I love smart home technology, and I’ve always dreamed of living in the house of Back to the Future 2 or The Jetsons, but as a grownup with a little more experience of what technology is really like on a day-to-day basis, I have some reservations about what should or should not be “smart”. With “smart” these days meaning “connected to the cloud”.
A key device I never want to connect to the mothership is my fridge!
Because it’s a fridge, not a smartphone
I don’t mean that I don’t want a smarter fridge. There are plenty of ways fridges can be smarter, but the fridge I have at this moment is already pretty good at its job. It keeps my food at the temperature I specify, and does it using as little power as possible.
We all have smartphones, smart TVs, and various other smart gadgets scattered around our homes. I don’t need my fridge to tell me what the weather is like outside or play YouTube videos. I certainly don’t need it pinging me with notifications or keeping track of my shopping habits. Not everything that runs on electricity needs an app or a network connection.
Wi-Fi adds complexity where none is needed
Adding smart features and Wi-Fi to a fridge just adds more failure points. Updates will go wrong, or support for features will go away. I don’t know about you, but a fridge is one of those things I only replace when it’s beyond repair. I’ve only bought two fridges in the last 20 years, and I don’t want something that will go wrong for no good reason four or five years after purchase.
I don’t care how many years of support a company promises for a smart device, my fridge is a mission-critical appliance. I literally cannot afford to have something go wrong with it. Especially if it’s something a local technician can’t fix with spare parts and a toolbox. Don’t think I’ll ever forget how an Amazon server outage bricked people’s extremely expensive smart beds (as reported by 404 Media) and left them unable to sleep in the beds they owned in many cases.
Privacy and security aren’t afterthoughts—they’re after you
If there’s one thing the last few years of “smart” home devices has taught me is that if something has a screen, they’ll find a way to put ads on it. It’s getting harder and harder to escape the slide into that one Black Mirror episode where the guy is trapped in a room and forced to look at ads, and even closing his eyes doesn’t work because they just torture him with sound until he looks again.
The worst part of this is that some of these devices—quite expensive ones at that—are Trojan horses for advertising. The ads come later after people have already bought their gadgets. This is happening with Samsung smart fridges and my own LG CS OLED TV only started showing ads after an update about a year after I bought it.
It’s not just having advertising shoved in your face, but also the privacy issues that come with network-connected smart devices. Just look at the Automatic Content Recognition scandal where it turns out that many smart TVs are spying on everything you watch. Even your private home movies, which are sampled and sent away to a data center for analysis.

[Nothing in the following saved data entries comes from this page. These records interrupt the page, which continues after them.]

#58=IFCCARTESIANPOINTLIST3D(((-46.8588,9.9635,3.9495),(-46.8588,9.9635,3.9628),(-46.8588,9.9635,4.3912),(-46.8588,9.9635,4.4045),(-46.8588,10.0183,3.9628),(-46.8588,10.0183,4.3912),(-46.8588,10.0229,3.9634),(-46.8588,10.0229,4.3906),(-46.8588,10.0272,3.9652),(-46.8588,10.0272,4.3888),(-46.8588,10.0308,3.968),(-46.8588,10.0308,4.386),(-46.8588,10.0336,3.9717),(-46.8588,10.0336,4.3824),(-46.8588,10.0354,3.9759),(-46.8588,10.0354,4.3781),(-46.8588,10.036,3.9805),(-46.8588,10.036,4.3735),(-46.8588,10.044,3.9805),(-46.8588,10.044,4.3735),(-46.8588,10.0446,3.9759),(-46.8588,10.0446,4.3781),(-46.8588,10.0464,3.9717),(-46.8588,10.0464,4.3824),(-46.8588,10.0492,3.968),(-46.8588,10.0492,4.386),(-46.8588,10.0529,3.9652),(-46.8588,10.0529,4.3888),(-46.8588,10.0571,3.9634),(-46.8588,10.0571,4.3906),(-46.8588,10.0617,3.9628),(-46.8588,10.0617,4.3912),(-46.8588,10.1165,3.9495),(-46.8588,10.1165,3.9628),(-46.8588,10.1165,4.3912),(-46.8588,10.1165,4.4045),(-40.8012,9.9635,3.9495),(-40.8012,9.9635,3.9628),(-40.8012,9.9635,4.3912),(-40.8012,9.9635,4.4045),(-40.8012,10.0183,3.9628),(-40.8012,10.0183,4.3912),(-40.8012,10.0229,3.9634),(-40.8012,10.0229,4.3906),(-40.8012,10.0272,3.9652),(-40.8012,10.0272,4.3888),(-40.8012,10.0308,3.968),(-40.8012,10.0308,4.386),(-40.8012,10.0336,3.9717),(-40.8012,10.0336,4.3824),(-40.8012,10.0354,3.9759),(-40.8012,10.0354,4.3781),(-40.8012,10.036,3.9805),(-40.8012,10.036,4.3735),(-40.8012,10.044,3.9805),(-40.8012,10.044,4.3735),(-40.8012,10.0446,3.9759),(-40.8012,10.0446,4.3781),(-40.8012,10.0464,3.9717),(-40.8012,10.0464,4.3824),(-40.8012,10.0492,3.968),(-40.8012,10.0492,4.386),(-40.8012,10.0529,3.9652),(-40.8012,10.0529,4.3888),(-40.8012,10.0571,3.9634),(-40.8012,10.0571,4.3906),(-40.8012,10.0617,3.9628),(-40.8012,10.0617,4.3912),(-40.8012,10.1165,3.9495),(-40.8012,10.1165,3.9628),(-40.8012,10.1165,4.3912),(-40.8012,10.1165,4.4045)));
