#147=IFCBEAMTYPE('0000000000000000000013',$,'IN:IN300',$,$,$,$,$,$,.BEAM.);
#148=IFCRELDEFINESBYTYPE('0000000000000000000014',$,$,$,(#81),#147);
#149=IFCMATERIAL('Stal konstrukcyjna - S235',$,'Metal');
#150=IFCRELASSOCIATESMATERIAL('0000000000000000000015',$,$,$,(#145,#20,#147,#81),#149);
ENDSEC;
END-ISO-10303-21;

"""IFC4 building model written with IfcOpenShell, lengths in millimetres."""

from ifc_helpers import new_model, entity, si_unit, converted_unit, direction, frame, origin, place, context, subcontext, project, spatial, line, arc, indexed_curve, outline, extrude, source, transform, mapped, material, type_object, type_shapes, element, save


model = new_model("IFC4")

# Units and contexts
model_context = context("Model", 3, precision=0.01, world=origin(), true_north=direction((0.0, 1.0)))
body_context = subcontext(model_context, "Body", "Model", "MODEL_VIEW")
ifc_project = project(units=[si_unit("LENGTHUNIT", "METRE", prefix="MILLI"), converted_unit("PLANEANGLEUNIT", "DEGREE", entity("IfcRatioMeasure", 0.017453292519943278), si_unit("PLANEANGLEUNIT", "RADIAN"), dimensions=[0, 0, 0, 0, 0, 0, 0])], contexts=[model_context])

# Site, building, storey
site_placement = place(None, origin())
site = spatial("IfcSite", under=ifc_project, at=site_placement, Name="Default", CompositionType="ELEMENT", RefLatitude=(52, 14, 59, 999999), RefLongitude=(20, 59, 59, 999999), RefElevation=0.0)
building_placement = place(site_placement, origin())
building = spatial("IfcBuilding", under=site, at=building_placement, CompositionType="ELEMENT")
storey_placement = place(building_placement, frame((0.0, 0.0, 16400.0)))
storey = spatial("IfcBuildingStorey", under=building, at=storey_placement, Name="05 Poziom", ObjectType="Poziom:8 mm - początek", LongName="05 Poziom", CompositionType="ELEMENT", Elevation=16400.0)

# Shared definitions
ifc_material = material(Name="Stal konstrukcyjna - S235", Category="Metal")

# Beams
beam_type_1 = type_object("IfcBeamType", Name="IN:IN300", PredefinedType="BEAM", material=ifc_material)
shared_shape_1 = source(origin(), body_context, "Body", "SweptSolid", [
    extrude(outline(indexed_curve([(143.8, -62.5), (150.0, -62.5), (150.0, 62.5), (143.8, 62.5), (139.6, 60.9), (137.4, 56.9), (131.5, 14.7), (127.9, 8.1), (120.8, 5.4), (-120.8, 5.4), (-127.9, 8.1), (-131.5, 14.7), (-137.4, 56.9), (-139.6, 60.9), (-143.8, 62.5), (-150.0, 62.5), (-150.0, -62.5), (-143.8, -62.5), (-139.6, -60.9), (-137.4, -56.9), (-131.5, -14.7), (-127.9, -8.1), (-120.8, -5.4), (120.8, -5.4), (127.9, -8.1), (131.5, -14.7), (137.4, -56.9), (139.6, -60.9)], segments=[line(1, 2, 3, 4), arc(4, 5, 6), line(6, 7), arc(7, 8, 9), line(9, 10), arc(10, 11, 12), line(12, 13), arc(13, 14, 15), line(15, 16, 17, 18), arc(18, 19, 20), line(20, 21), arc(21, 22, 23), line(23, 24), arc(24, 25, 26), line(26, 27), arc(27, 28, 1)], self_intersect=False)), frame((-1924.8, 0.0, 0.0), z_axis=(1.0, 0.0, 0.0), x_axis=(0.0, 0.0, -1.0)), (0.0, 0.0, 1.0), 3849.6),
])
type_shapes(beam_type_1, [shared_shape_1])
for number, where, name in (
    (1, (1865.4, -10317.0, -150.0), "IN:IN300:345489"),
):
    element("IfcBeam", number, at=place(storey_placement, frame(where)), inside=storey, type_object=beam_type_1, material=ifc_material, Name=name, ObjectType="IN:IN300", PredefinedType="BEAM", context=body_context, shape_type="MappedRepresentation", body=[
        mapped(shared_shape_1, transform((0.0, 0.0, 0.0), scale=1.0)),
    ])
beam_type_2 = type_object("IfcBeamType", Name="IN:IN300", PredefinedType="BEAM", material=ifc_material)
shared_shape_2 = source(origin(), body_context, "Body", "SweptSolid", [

They promise all sorts of privacy safeguards are in place, but then use an opt-out model and complicated legal language to hide the fact this is happening while covering themselves in case it ever goes to court.

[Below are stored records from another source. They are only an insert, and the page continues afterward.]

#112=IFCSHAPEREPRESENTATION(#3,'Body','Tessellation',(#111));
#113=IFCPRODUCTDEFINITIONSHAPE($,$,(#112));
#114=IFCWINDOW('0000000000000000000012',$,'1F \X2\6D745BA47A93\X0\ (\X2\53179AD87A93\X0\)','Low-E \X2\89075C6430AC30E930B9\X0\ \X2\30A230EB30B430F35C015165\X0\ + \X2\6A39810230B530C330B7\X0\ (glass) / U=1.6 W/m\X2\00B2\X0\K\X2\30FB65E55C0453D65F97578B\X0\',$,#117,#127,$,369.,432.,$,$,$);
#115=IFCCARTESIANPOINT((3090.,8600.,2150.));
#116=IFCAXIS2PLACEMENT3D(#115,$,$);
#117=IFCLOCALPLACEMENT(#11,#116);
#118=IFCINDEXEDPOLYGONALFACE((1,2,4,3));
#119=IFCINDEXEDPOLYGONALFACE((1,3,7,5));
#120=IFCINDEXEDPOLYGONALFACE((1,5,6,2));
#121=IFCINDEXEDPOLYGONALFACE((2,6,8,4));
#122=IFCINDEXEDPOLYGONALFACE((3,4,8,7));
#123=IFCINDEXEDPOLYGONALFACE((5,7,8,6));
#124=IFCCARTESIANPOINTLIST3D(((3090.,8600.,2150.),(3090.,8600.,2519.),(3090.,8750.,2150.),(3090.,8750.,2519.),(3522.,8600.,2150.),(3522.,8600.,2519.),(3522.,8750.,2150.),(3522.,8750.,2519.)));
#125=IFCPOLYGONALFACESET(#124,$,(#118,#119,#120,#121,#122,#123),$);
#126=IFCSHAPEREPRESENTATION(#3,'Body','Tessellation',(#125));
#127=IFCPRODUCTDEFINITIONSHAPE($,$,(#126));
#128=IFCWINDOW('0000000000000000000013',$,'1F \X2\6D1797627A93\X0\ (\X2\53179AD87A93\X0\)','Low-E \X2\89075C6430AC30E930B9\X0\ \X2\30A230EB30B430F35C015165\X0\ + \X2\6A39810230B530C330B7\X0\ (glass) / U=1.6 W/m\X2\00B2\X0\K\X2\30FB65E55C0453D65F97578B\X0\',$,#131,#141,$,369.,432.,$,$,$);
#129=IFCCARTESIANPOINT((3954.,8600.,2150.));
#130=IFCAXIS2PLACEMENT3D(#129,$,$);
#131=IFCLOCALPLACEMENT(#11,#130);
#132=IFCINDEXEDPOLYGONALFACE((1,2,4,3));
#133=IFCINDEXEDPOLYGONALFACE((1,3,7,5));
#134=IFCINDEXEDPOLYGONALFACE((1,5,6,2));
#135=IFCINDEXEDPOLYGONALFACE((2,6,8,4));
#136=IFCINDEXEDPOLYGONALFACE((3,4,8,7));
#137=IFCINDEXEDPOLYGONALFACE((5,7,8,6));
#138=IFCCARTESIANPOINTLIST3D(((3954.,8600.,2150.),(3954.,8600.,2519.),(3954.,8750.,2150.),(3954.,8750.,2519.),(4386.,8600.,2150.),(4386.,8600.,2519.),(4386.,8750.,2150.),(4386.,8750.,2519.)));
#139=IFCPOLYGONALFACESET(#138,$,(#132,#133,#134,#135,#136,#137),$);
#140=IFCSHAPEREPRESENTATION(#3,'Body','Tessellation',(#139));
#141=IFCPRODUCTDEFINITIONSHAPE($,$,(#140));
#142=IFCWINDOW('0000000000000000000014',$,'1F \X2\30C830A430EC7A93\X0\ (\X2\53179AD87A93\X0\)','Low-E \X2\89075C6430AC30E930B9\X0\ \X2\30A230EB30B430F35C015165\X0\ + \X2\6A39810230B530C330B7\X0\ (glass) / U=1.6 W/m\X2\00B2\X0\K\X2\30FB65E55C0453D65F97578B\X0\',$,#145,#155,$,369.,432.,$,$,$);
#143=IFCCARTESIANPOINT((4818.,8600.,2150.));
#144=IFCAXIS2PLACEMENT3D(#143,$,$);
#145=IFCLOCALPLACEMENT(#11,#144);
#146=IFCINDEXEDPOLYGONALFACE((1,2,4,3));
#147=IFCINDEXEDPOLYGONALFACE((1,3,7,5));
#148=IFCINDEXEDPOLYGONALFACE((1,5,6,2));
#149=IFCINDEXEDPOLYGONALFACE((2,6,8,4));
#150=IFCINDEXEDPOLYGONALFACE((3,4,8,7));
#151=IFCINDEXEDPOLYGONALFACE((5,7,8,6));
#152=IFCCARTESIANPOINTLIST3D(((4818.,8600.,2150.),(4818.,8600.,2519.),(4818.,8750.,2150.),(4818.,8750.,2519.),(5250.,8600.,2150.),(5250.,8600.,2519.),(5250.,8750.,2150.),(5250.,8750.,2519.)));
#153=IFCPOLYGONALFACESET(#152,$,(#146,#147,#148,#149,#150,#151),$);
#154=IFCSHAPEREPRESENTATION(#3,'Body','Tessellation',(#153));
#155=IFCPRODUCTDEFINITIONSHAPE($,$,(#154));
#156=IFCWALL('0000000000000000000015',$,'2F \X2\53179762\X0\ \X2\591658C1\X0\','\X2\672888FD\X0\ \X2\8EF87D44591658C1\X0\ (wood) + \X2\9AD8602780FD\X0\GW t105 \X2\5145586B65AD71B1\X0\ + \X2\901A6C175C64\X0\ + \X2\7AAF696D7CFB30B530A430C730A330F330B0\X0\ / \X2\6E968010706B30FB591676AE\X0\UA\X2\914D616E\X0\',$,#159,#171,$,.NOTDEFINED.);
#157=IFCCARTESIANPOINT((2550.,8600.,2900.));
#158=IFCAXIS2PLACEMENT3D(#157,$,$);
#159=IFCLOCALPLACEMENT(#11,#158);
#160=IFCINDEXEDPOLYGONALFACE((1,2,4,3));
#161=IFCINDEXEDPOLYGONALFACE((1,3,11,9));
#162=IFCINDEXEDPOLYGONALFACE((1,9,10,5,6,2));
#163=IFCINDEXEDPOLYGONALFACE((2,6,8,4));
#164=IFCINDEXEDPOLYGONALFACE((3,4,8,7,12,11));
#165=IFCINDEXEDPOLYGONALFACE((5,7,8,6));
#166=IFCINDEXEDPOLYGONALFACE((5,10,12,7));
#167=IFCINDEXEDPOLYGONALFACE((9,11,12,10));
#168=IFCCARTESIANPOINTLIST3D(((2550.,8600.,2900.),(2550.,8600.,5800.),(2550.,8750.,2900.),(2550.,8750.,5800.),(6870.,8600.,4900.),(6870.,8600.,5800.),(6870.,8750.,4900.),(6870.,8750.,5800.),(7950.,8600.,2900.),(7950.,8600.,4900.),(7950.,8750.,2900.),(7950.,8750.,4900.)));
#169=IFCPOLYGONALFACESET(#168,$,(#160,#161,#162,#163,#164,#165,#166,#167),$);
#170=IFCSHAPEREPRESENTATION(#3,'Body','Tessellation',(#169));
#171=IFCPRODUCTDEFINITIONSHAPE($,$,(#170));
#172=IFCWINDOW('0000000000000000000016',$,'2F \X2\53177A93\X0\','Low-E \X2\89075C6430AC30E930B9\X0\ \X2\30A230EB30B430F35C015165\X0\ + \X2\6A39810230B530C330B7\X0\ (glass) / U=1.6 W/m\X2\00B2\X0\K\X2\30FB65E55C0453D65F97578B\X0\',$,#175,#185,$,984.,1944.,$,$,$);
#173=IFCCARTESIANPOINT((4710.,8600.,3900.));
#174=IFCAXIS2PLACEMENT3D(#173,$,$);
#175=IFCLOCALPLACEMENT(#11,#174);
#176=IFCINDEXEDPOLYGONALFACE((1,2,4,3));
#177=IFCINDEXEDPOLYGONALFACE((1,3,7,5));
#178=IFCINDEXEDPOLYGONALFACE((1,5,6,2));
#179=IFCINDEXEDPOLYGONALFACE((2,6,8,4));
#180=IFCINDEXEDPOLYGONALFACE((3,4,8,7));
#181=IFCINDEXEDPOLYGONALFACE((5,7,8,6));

At least with a smart TV, I can cut it off from my network and use something like an Apple TV with its (for now) better privacy protection, but if you’re buying a smart fridge that defeats the points, so I might as well skip the whole exercise and just get a box that makes things cold without building a marketable profile for data brokers.
The beauty of staying offline
I want a fridge that doesn’t need to be rebooted, doesn’t have to check in with an update server, and won’t ever lock me out because of a bug in its software. it needs to plug into the wall, ask me “how cold would sir like the food” and then do nothing but literally chill out until I need a snack.
I bought my wonderfully dumb Samsung fridge relatively recently, and so I expect to be fine for a few years yet (fingers crossed), but what really worries me is that the next time I have to buy a fridge, I won’t have any other choice besides a “smart” model. I doubt very many people will pay to be the beta testers for these expensive, privacy-invading advertising billboards you can keep food in, but once the companies that make them get the kinks sorted out and figure out how to make enough money out of your data efficiently, then you can bet there will be affordable smart fridges galore.